Suggested KPIs / metrics to track
- Time saved per task (e.g., research reduced from hours to ~10 minutes).
- Number of tasks automated (weekly / monthly).
- Employee hours reallocated to second-curve work (strategy, sales).
- Error / quality rate of automated outputs (post-deployment).
- Agent usage cost (tokens / $ per month) vs productivity gain / ROI.
- Number of agent / app deployments shared internally.
Risks & guardrails
- Don’t accept AI outputs as fact — verify citations.
- Don’t automate processes you cannot map and validate yourself.
- Watch token/model costs when using multimodel aggregators or heavy media generators.
- Keep human ownership for tasks with high leverage, people dimension, or ambiguous context.

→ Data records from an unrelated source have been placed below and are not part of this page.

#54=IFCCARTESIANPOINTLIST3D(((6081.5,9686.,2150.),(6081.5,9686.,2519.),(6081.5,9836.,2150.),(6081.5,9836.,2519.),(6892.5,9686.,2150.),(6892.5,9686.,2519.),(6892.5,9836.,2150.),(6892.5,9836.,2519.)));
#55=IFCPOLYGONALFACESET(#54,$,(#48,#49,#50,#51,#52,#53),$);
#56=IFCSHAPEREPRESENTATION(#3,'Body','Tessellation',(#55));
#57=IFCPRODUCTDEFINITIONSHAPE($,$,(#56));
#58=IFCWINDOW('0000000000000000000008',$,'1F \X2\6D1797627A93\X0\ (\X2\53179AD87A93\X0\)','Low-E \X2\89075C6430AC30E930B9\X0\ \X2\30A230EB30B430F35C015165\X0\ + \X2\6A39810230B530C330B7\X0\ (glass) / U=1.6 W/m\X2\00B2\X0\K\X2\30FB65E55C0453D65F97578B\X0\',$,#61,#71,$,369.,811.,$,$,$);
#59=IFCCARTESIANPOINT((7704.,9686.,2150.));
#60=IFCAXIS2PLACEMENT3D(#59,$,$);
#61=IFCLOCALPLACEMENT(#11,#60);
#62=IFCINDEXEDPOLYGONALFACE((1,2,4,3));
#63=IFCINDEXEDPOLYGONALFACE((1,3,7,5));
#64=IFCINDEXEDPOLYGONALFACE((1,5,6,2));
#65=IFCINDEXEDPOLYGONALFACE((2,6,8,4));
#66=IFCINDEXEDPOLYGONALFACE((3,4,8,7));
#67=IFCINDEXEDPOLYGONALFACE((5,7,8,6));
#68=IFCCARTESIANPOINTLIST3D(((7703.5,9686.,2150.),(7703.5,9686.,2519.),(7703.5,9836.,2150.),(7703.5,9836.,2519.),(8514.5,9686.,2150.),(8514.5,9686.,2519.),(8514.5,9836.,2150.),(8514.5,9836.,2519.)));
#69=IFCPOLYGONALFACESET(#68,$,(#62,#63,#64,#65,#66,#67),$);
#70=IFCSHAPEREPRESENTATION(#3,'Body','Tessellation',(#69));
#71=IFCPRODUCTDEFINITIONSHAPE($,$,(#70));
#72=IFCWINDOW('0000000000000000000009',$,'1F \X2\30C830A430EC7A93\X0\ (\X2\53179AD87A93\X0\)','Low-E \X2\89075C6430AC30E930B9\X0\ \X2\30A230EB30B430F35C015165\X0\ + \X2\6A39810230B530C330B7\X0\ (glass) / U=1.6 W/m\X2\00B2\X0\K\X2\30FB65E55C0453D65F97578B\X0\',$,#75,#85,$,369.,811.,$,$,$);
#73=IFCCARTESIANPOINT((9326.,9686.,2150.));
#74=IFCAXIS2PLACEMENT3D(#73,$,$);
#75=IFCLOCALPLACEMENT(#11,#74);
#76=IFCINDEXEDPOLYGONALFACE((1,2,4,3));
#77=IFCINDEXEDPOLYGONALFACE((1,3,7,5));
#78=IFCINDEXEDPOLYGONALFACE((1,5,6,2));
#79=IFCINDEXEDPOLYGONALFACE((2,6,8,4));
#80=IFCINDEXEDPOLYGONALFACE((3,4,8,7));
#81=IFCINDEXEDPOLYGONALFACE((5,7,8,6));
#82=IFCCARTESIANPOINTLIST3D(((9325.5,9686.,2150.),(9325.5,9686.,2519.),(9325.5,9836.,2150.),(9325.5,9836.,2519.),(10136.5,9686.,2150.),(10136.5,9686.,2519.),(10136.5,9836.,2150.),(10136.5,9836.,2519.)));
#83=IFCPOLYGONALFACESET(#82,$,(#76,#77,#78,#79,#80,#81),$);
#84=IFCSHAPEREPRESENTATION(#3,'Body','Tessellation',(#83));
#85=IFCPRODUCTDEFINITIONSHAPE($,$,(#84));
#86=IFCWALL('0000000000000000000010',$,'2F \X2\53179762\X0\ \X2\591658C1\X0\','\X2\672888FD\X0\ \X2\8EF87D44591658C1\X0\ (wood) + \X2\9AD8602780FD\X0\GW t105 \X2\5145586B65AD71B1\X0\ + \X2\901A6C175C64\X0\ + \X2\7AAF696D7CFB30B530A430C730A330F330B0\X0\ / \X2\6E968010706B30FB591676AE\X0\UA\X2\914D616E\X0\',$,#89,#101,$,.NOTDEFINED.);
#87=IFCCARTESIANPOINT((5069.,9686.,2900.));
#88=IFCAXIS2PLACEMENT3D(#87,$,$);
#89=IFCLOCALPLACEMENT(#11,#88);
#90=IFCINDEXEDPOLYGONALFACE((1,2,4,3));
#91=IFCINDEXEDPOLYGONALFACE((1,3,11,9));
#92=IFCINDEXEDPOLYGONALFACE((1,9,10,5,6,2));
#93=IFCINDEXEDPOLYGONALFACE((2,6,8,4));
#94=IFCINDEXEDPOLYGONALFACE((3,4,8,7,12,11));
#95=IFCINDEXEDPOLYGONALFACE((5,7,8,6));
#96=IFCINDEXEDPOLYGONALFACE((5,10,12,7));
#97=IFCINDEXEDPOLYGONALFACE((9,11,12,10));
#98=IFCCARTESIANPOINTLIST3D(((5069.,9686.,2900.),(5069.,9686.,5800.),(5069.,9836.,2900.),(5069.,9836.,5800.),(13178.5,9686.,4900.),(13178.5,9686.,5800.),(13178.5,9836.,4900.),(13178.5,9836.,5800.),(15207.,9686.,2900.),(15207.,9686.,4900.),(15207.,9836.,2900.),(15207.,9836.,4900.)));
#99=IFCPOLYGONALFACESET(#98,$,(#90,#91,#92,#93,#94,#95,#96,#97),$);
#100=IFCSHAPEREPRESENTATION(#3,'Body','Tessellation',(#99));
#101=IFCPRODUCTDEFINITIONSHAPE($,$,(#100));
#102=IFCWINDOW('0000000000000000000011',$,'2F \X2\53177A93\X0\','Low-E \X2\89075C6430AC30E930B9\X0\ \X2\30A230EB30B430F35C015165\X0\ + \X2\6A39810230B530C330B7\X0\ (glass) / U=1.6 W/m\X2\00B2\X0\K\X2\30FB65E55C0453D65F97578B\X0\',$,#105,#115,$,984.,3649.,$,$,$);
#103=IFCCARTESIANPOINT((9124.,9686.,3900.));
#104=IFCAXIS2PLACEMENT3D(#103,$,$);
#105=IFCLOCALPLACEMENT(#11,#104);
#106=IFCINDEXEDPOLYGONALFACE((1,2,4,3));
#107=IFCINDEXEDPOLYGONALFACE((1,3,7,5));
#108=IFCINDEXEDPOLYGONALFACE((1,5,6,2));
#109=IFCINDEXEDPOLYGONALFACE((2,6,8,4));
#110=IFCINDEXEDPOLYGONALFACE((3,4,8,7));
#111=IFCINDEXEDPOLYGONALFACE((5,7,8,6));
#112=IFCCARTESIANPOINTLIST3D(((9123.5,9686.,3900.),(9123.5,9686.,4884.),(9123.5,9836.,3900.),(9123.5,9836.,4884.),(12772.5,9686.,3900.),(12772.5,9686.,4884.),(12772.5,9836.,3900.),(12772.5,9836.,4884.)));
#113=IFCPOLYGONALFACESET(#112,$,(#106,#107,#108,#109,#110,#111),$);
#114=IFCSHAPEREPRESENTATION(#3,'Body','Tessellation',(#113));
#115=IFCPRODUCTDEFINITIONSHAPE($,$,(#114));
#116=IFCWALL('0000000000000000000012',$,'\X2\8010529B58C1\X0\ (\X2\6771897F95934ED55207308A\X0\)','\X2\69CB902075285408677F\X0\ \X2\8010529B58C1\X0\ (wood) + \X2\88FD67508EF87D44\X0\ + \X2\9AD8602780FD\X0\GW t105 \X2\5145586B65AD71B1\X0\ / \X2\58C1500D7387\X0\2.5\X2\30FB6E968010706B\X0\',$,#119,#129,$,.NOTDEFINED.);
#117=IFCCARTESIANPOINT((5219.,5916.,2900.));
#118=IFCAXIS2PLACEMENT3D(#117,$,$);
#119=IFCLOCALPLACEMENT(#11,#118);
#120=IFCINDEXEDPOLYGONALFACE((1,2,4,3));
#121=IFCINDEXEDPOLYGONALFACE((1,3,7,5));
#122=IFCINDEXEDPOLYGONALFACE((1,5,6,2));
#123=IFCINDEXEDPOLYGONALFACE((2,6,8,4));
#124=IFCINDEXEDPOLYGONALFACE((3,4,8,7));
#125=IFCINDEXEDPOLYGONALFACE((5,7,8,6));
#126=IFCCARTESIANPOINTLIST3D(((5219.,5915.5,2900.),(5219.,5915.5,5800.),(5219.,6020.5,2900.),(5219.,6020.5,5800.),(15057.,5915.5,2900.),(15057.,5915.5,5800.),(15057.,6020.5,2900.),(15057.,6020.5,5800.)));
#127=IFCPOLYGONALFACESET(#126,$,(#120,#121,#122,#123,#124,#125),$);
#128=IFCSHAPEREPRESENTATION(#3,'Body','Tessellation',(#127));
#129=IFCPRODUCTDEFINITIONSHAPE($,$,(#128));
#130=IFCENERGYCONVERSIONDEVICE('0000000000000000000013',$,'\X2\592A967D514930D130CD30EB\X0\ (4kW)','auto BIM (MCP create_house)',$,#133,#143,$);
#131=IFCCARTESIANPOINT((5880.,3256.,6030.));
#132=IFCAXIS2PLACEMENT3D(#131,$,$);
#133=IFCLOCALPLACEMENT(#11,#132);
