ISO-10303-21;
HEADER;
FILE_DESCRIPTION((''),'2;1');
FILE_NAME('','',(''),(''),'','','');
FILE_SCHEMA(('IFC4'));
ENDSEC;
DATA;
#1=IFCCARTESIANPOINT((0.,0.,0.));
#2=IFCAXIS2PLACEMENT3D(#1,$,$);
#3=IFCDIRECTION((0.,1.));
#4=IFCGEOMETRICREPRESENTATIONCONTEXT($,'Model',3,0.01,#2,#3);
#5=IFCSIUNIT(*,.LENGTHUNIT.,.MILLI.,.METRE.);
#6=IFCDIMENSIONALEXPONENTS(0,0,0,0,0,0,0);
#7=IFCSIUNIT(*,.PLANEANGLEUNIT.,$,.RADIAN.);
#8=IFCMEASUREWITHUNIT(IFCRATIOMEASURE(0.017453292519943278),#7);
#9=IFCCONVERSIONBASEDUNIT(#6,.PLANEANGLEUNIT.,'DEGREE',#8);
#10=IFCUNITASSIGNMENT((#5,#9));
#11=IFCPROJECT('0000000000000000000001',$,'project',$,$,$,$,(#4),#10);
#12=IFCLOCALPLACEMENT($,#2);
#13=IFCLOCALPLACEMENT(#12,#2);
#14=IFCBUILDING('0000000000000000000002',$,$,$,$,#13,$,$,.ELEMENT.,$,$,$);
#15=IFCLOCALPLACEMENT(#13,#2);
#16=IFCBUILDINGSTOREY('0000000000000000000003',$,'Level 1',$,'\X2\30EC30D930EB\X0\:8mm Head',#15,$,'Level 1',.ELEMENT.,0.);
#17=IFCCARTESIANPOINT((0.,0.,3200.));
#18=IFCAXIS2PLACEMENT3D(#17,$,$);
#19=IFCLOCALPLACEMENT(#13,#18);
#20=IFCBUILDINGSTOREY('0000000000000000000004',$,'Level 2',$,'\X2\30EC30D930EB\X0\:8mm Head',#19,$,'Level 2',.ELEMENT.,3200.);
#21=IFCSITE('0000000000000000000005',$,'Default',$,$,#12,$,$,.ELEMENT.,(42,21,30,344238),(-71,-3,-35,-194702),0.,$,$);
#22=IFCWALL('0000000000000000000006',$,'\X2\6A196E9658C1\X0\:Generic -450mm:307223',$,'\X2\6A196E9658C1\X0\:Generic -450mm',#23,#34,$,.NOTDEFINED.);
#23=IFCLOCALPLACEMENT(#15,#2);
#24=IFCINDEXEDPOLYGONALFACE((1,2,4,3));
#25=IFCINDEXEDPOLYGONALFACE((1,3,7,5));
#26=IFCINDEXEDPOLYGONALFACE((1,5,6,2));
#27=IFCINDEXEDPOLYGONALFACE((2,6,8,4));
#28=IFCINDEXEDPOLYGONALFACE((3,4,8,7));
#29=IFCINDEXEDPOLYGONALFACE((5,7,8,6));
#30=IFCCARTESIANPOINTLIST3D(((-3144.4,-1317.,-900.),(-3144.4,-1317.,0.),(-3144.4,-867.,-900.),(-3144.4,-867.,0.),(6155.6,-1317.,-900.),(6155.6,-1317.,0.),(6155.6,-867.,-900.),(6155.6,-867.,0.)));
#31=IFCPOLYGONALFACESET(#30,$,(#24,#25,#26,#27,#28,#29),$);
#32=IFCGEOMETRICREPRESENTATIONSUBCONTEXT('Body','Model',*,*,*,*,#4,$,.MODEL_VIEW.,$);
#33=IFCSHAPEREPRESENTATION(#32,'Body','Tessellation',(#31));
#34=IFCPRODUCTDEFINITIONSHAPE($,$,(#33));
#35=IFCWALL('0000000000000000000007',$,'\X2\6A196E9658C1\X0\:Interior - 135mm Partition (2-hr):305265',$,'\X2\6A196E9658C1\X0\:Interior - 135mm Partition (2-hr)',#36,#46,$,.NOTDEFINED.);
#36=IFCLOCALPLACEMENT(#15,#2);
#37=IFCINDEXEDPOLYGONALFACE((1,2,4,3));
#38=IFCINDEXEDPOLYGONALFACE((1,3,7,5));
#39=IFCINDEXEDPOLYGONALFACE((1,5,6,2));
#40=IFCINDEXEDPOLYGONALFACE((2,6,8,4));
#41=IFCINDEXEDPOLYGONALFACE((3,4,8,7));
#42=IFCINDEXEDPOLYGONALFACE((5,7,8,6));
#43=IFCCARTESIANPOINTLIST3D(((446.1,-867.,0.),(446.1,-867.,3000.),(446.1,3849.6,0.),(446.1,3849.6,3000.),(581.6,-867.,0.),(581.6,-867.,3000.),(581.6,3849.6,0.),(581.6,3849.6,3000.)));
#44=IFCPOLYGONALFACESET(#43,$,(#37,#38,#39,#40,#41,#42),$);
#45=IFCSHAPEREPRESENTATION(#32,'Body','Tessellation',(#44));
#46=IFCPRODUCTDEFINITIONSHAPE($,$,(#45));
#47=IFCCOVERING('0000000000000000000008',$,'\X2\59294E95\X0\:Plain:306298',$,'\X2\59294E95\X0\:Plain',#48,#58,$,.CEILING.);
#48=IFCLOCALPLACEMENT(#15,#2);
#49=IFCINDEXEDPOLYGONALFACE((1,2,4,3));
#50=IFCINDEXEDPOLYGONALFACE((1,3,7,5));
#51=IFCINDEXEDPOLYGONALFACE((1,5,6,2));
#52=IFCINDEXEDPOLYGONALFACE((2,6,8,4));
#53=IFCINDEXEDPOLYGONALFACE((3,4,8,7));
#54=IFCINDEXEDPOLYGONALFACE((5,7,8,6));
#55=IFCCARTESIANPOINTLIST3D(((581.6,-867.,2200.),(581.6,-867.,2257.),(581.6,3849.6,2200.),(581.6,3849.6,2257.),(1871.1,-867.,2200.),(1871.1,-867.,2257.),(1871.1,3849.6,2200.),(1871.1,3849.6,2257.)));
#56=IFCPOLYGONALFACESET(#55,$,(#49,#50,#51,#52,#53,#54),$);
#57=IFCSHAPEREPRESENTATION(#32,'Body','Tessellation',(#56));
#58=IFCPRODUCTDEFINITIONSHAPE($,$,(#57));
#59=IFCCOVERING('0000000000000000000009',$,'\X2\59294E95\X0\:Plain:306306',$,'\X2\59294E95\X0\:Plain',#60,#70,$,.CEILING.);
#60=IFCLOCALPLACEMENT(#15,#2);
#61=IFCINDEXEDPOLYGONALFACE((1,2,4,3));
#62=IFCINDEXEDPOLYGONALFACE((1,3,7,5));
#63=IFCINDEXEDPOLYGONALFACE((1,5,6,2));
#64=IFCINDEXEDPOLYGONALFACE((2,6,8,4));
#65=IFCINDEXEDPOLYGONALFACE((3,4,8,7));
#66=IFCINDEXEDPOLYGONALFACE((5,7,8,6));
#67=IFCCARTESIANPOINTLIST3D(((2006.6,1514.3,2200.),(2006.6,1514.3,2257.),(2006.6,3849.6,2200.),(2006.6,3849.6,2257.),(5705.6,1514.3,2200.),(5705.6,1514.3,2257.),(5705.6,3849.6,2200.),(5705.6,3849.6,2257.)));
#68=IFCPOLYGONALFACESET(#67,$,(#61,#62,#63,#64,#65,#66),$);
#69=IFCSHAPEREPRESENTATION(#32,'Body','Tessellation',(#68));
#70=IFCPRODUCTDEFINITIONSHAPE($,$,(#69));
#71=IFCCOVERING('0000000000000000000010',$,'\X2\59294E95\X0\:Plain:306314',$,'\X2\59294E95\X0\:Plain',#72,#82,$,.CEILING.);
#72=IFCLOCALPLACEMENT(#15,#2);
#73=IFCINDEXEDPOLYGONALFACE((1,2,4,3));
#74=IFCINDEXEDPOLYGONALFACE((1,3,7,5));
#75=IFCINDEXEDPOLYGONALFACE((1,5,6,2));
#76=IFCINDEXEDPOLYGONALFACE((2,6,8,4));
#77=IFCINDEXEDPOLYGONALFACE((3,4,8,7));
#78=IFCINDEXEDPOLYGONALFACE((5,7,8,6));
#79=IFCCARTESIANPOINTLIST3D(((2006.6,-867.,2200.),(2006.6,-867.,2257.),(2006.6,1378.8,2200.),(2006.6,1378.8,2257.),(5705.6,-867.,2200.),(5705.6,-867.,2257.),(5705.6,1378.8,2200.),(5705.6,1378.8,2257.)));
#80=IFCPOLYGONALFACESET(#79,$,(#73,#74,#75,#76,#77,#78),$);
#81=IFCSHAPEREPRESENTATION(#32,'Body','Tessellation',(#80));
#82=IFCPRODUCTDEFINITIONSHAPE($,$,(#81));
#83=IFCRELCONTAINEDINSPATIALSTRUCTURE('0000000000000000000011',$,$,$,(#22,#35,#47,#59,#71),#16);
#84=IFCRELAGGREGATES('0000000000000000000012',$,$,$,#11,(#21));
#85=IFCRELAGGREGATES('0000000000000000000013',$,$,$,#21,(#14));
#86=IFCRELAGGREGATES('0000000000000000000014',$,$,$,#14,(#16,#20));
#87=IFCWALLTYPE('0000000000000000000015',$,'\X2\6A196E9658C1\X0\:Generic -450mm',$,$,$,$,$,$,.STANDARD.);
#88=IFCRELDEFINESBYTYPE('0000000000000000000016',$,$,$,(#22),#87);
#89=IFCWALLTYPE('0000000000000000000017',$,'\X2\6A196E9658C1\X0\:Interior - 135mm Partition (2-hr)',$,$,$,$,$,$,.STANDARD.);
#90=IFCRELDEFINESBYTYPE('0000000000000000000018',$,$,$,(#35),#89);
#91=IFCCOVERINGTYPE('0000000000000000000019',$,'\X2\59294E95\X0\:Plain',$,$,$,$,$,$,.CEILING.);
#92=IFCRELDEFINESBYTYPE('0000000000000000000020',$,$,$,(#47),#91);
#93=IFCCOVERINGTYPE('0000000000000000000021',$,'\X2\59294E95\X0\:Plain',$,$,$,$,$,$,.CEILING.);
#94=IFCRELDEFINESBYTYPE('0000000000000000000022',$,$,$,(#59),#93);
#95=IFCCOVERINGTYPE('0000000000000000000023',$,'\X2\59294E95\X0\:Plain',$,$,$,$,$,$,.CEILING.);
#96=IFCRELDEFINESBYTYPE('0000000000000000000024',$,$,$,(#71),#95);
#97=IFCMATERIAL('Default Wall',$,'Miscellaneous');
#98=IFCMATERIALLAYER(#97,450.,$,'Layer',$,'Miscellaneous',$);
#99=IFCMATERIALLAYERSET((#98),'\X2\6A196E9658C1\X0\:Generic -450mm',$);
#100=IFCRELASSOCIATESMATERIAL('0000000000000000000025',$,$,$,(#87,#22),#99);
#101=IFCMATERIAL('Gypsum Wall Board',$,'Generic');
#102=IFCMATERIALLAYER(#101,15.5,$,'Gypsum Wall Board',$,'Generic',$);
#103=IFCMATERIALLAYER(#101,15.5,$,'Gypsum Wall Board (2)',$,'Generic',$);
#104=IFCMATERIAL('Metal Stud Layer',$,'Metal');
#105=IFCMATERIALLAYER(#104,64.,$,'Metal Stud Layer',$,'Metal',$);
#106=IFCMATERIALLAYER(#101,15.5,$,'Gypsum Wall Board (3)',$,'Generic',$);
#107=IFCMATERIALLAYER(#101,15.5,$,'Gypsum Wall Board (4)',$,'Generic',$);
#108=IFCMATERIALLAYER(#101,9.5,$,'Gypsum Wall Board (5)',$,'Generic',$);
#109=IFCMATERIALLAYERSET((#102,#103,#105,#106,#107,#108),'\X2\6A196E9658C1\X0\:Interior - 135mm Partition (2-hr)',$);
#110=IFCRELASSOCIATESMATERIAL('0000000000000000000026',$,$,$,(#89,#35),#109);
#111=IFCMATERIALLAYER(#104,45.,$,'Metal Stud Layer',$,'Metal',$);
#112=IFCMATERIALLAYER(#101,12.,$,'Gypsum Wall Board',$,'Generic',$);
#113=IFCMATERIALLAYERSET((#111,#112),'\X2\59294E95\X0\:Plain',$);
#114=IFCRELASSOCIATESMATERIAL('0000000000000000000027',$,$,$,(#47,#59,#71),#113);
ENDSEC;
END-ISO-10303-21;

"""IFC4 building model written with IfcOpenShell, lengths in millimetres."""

from ifc_helpers import new_model, entity, si_unit, converted_unit, direction, frame, frame_2d, origin, place, context, subcontext, project, spatial, polyline, rectangle, extrude, clip, bounded_halfspace, material, layer, layer_set, layer_usage, type_object, element, save


model = new_model("IFC4")

# Units and contexts
model_context = context("Model", 3, precision=0.01, world=origin(), true_north=direction((0.0, 1.0)))
body_context = subcontext(model_context, "Body", "Model", "MODEL_VIEW")
ifc_project = project(units=[si_unit("LENGTHUNIT", "METRE", prefix="MILLI"), converted_unit("PLANEANGLEUNIT", "DEGREE", entity("IfcRatioMeasure", 0.017453292519943278), si_unit("PLANEANGLEUNIT", "RADIAN"), dimensions=[0, 0, 0, 0, 0, 0, 0])], contexts=[model_context])

# Site, building, storey
site_placement = place(None, origin())
site = spatial("IfcSite", under=ifc_project, at=site_placement, Name="Default", CompositionType="ELEMENT", RefLatitude=(42, 21, 30, 344238), RefLongitude=(-71, -3, -35, -194702), RefElevation=0.0)
building_placement = place(site_placement, origin())
building = spatial("IfcBuilding", under=site, at=building_placement, CompositionType="ELEMENT")
storey_1_placement = place(building_placement, origin())
storey_1 = spatial("IfcBuildingStorey", under=building, at=storey_1_placement, Name="Level 1", ObjectType="レベル:8mm Head", LongName="Level 1", CompositionType="ELEMENT", Elevation=0.0)

# Shared definitions
ifc_material_1 = material(Name="Default Wall", Category="Miscellaneous")
ifc_layer_1 = layer(ifc_material_1, 450.0, Name="Layer", Category="Miscellaneous")
ifc_layer_set_1 = layer_set([ifc_layer_1], Name="標準壁:Generic -450mm")
wall_type_1 = type_object("IfcWallType", Name="標準壁:Generic -450mm", PredefinedType="STANDARD", material=ifc_layer_set_1)

# Shared definitions
storey_2_placement = place(building_placement, frame((0.0, 0.0, 3200.0)))
storey_2 = spatial("IfcBuildingStorey", under=building, at=storey_2_placement, Name="Level 2", ObjectType="レベル:8mm Head", LongName="Level 2", CompositionType="ELEMENT", Elevation=3200.0)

One-sentence executive summary
Use the 2-curve mental model to triage tasks: delegate Acceleration, Research, Ranking, Routine (4R) to AI/agents following a manual→hybrid→automate playbook, and keep strategy, negotiation, people‑centered, high-judgment work for humans; verify sources, control costs, and iterate prompts across models.
Presenters / sources
- Presenter referenced as “M.”
- Economists cited: Alfred Marshall (diminishing returns), Brian Arthur (increasing returns).
- Tools/platforms mentioned: ChatGPT / LLM chat aggregator, Claude, Dipagent, various image/video generators (e.g., Nani Banana).